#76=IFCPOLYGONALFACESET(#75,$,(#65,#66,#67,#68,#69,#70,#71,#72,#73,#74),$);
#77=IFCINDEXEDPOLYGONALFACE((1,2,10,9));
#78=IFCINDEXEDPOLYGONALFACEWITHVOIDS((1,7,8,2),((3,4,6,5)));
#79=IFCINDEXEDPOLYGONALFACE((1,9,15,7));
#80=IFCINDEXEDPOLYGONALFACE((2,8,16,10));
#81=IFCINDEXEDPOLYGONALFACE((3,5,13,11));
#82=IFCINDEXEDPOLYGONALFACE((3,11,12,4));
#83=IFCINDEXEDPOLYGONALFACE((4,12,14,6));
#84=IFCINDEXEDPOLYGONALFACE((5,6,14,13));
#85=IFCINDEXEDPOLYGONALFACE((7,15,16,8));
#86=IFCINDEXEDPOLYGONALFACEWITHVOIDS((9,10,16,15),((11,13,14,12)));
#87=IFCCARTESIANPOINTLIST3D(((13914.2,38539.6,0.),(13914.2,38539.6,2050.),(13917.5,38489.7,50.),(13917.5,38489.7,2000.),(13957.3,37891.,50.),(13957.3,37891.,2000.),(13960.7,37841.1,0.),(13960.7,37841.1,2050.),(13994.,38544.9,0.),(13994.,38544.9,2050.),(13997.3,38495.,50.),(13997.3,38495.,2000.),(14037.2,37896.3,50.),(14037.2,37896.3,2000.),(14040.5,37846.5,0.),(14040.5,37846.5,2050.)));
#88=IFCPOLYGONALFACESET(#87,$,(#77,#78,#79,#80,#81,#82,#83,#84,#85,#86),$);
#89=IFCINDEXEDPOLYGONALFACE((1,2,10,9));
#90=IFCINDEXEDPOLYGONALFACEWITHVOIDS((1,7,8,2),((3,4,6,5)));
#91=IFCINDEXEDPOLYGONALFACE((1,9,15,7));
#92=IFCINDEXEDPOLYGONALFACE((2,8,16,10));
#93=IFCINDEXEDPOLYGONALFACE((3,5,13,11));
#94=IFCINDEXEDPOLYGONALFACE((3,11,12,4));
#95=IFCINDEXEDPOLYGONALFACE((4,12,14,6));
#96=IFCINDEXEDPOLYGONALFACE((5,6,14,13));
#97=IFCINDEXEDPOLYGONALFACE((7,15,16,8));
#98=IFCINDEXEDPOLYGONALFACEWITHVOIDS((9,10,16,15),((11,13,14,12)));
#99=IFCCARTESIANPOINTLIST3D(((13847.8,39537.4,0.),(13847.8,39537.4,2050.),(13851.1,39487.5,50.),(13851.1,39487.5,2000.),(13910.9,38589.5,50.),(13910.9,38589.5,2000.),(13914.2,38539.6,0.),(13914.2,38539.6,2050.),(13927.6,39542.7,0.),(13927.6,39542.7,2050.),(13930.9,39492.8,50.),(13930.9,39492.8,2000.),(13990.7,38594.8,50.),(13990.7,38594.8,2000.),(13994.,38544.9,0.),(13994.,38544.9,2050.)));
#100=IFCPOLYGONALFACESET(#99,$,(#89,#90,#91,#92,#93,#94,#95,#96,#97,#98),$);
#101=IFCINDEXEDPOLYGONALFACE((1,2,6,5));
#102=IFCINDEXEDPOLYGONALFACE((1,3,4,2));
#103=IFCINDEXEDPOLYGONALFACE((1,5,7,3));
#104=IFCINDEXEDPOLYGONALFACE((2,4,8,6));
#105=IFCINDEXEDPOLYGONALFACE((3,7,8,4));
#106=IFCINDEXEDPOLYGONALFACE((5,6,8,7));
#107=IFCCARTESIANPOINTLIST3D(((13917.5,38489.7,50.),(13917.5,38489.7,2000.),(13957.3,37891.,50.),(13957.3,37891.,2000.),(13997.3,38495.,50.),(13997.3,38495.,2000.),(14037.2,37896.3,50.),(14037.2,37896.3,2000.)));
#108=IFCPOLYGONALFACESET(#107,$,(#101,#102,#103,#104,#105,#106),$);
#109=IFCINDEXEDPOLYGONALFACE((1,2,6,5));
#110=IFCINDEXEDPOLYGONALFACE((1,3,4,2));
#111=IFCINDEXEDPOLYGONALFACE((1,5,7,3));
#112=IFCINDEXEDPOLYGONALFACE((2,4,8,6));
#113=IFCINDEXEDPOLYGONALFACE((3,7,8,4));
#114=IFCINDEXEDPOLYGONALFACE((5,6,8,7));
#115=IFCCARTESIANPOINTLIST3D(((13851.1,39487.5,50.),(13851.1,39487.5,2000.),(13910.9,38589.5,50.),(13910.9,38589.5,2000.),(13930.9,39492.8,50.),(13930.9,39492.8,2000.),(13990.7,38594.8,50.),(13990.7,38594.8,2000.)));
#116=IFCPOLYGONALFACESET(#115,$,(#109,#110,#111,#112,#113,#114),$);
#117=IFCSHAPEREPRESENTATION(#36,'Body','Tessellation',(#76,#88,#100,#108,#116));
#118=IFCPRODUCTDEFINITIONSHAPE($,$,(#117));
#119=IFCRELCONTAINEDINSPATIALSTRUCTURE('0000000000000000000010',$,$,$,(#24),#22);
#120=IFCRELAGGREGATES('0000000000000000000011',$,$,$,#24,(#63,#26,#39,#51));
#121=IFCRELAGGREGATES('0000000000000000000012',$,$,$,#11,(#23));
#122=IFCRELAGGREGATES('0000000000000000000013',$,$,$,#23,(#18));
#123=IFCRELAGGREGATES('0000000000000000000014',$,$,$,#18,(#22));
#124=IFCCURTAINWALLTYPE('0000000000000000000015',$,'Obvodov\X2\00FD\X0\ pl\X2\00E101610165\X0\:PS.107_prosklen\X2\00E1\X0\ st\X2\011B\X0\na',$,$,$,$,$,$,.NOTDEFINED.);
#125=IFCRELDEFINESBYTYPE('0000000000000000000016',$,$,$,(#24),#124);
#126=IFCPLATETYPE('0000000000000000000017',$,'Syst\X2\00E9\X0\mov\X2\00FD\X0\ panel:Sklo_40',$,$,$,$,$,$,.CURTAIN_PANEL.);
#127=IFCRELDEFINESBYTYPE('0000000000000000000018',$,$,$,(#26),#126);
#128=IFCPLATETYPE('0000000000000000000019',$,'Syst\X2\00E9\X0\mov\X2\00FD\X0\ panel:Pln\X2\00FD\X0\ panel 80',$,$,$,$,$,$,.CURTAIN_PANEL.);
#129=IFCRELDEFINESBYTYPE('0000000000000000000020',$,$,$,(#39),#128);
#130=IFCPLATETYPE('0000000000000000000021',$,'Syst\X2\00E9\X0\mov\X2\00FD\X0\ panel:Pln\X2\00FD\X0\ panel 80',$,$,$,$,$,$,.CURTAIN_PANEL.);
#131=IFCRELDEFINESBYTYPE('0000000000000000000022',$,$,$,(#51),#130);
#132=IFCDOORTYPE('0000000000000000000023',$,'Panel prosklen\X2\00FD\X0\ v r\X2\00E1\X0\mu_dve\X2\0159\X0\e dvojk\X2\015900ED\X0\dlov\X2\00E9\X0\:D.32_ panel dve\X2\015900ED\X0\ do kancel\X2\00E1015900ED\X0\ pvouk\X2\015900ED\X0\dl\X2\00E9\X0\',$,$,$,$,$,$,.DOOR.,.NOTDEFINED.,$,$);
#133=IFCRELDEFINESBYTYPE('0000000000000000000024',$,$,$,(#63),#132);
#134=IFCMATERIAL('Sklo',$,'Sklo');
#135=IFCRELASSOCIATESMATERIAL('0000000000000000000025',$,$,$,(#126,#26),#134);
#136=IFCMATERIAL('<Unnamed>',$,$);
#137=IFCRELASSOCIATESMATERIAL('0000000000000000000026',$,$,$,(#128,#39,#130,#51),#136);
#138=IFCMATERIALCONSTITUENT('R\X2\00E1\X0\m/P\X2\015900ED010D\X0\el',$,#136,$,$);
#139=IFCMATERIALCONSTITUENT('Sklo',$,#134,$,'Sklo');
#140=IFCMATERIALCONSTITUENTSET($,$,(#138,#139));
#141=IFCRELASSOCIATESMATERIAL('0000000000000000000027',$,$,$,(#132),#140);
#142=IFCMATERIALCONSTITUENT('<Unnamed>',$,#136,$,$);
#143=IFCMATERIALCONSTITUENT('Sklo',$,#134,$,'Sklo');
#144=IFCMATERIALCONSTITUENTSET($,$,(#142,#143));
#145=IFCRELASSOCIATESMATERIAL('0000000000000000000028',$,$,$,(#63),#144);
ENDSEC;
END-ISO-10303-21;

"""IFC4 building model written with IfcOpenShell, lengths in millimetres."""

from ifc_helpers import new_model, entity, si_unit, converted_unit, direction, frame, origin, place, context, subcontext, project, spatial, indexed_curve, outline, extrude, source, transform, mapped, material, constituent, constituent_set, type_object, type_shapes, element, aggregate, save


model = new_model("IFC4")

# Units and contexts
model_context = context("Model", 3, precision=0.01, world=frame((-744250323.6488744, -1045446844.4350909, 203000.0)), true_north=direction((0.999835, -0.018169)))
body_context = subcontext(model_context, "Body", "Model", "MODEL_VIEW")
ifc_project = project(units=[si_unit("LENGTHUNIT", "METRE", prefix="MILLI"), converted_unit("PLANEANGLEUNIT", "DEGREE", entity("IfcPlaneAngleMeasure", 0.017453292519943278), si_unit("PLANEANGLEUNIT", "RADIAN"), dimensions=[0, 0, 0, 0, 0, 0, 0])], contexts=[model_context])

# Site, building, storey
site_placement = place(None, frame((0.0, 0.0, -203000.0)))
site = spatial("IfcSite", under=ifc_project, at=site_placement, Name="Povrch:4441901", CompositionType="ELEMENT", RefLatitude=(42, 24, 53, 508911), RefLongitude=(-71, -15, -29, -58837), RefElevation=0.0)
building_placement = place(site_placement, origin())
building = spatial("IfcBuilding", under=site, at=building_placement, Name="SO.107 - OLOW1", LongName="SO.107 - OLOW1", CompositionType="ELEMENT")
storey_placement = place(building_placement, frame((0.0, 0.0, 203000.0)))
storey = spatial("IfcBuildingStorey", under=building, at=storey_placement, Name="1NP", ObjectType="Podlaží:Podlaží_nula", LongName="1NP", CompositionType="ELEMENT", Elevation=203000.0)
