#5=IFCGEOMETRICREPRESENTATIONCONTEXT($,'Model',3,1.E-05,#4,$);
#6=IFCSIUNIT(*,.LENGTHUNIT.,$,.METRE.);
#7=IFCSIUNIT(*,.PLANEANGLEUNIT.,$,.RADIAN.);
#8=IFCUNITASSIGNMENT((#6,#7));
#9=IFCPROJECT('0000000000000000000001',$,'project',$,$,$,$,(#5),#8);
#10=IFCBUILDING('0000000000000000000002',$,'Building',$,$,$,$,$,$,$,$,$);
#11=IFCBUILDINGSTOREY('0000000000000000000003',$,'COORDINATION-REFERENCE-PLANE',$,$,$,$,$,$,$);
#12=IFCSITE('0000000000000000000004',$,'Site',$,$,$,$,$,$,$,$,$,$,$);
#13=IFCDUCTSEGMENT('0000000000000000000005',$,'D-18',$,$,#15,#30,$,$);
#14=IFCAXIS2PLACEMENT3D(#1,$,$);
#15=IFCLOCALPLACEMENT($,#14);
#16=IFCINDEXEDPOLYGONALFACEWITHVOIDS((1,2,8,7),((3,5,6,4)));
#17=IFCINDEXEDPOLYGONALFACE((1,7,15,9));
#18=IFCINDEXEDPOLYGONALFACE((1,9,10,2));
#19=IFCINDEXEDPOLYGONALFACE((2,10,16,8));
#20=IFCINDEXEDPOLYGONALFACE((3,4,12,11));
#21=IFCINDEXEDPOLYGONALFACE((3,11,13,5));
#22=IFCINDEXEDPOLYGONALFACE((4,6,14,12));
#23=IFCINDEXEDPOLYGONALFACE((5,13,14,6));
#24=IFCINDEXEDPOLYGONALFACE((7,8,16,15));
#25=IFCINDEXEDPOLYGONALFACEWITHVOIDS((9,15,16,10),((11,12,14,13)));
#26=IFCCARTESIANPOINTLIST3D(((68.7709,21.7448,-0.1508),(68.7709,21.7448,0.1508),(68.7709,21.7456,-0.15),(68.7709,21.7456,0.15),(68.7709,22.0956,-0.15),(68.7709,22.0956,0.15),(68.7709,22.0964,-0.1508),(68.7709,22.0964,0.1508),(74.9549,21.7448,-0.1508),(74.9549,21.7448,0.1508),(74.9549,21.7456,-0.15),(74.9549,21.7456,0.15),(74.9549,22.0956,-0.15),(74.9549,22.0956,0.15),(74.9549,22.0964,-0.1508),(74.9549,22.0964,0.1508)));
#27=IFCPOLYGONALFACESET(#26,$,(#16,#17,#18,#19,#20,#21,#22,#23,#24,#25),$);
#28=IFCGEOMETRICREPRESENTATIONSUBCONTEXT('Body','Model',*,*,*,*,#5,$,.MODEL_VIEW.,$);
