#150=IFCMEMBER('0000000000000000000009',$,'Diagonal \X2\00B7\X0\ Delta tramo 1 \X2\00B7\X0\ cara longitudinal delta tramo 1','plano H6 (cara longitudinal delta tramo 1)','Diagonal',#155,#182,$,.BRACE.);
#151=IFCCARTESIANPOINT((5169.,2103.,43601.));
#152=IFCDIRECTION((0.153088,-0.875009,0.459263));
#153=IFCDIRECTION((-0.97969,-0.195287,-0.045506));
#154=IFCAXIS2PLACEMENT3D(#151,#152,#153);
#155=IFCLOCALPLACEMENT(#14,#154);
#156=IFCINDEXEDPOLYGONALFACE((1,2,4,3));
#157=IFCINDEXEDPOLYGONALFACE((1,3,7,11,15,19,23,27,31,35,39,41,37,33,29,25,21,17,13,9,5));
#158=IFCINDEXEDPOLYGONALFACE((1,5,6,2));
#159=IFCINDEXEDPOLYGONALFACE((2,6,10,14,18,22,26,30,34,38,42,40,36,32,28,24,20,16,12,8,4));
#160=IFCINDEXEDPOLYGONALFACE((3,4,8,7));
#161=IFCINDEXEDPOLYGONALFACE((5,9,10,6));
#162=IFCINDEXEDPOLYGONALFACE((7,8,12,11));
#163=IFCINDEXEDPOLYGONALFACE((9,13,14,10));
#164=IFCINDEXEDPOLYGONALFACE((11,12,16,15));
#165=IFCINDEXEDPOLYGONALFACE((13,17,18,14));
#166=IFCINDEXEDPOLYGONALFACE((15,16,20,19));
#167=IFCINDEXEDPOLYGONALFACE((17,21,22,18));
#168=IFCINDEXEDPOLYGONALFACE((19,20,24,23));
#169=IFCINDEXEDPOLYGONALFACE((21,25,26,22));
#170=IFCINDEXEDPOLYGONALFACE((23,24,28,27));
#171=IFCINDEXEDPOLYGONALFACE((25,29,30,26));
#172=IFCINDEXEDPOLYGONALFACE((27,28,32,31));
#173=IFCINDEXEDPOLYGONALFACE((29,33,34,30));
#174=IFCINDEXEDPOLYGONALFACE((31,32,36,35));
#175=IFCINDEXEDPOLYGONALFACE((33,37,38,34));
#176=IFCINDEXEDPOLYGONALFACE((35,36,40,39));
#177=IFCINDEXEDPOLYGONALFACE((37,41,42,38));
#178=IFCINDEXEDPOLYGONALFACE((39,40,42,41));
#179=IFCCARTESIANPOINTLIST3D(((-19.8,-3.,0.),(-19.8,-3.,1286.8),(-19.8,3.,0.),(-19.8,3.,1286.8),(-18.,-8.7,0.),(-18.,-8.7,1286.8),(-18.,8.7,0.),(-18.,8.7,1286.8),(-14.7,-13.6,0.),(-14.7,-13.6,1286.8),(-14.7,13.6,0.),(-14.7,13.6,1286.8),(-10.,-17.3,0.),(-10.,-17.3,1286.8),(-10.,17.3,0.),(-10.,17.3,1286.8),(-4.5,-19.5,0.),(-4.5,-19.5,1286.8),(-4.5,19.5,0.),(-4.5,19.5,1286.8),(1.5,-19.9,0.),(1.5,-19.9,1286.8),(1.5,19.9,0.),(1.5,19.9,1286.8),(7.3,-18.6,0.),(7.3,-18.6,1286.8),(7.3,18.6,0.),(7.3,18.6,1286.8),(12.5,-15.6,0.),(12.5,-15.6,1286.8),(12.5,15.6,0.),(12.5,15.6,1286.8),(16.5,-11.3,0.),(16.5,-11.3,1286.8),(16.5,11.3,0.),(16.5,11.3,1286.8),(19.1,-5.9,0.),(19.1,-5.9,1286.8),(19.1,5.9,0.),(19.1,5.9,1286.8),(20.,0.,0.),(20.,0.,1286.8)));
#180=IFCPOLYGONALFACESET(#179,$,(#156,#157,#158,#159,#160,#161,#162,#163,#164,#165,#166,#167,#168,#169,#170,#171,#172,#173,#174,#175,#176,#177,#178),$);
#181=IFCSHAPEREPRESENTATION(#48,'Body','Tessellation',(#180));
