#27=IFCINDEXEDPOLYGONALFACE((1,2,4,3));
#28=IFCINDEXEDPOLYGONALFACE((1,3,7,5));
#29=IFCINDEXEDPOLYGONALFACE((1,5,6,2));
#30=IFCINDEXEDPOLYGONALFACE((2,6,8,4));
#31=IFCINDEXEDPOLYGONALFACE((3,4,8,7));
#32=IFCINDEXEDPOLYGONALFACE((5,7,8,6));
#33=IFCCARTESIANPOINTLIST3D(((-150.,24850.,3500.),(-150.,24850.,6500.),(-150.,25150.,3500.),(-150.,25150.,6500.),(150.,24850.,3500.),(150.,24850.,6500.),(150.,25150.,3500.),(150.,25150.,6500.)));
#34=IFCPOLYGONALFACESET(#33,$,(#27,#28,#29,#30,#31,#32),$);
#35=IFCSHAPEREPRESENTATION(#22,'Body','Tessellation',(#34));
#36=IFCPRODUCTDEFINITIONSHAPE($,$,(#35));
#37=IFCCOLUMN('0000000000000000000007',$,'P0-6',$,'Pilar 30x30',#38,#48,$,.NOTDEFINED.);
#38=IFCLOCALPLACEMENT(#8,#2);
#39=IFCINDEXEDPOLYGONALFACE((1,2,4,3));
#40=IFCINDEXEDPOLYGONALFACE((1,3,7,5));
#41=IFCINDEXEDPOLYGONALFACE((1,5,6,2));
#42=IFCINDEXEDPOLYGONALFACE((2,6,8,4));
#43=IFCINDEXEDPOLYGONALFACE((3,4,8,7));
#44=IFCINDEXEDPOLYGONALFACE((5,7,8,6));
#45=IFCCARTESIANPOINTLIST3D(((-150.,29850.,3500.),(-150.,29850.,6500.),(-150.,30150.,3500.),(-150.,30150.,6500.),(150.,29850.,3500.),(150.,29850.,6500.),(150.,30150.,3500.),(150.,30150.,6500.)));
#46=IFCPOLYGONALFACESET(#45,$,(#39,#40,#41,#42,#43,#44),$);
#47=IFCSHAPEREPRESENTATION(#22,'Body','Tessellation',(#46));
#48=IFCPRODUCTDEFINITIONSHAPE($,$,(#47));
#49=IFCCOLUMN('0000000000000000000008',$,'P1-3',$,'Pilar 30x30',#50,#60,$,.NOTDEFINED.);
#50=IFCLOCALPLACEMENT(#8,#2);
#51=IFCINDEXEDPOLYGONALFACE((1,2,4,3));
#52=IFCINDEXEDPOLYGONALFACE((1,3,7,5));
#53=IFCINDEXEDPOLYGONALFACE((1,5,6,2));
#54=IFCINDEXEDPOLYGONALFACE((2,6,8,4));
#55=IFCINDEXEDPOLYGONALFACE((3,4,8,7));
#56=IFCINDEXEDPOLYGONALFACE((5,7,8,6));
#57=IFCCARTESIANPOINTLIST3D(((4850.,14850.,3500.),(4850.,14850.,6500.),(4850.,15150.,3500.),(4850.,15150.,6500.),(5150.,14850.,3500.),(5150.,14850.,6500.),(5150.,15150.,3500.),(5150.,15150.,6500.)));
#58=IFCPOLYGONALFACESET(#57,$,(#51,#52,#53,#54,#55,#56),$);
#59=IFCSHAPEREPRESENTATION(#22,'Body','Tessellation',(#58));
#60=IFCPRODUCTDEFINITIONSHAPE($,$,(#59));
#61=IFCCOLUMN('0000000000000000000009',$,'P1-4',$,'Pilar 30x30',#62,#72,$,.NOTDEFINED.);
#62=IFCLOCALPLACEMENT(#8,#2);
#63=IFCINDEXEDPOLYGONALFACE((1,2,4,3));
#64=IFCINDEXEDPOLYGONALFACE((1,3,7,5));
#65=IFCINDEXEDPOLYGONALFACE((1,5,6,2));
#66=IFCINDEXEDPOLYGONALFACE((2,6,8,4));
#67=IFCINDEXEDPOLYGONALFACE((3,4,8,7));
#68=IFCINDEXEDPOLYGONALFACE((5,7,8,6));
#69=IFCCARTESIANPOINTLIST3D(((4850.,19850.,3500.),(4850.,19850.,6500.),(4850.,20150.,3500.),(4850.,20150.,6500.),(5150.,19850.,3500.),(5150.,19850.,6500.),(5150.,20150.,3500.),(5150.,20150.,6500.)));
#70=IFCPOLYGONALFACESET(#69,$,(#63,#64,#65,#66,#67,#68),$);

■ ASSIGNED TASK ■
Find "#172=IFCINDEXEDPOLYGONALFACE((27,28,32,31));" in the entries above and copy that whole line exactly, then each line after it through the line that contains "#177=IFCINDEXEDPOLYGONALFACE((37,41,42,38));".

■ RESULT ■
#172=IFCINDEXEDPOLYGONALFACE((27,28,32,31));
#173=IFCINDEXEDPOLYGONALFACE((29,33,34,30));
#174=IFCINDEXEDPOLYGONALFACE((31,32,36,35));
#175=IFCINDEXEDPOLYGONALFACE((33,37,38,34));
#176=IFCINDEXEDPOLYGONALFACE((35,36,40,39));
#177=IFCINDEXEDPOLYGONALFACE((37,41,42,38));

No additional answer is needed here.